What the exercise asks:
An exact copy of all the data below is required.

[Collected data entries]
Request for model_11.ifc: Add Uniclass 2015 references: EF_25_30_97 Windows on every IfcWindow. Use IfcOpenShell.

First a look at what the model holds.

```python
import ifcopenshell

model = ifcopenshell.open("model_11.ifc")
print(model.schema)
print("classifications:", [c.Name for c in model.by_type("IfcClassification")])
for ifc_class in ("IfcDoor", "IfcRoof", "IfcStair", "IfcWall", "IfcWindow"):
    print(ifc_class, len(model.by_type(ifc_class)))
```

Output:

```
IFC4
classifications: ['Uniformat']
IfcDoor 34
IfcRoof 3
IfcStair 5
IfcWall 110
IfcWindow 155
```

```python
import ifcopenshell
import ifcopenshell.api.classification

model = ifcopenshell.open("model_11.ifc")

system = ifcopenshell.api.classification.add_classification(model, classification="Uniclass 2015")

codes = {
    "IfcWindow": ("EF_25_30_97", "Windows"),
}
for ifc_class, (code, name) in codes.items():
    products = model.by_type(ifc_class)
    ifcopenshell.api.classification.add_reference(
        model, products=products, classification=system, identification=code, name=name
    )
    print(code, len(products))

model.write("model_11-out.ifc")
```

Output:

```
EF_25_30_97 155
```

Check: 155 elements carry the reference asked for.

Solution for this problem:
Request for model_11.ifc: Add Uniclass 2015 references: EF_25_30_97 Windows on every IfcWindow. Use IfcOpenShell.

First a look at what the model holds.

```python
import ifcopenshell

model = ifcopenshell.open("model_11.ifc")
print(model.schema)
print("classifications:", [c.Name for c in model.by_type("IfcClassification")])
for ifc_class in ("IfcDoor", "IfcRoof", "IfcStair", "IfcWall", "IfcWindow"):
    print(ifc_class, len(model.by_type(ifc_class)))
```

Output:

```
IFC4
classifications: ['Uniformat']
IfcDoor 34
IfcRoof 3
IfcStair 5
IfcWall 110
IfcWindow 155
```

```python
import ifcopenshell
import ifcopenshell.api.classification

model = ifcopenshell.open("model_11.ifc")

system = ifcopenshell.api.classification.add_classification(model, classification="Uniclass 2015")

codes = {
    "IfcWindow": ("EF_25_30_97", "Windows"),
}
for ifc_class, (code, name) in codes.items():
    products = model.by_type(ifc_class)
    ifcopenshell.api.classification.add_reference(
        model, products=products, classification=system, identification=code, name=name
    )
    print(code, len(products))

model.write("model_11-out.ifc")
```

Output:

```
EF_25_30_97 155
```

Check: 155 elements carry the reference asked for.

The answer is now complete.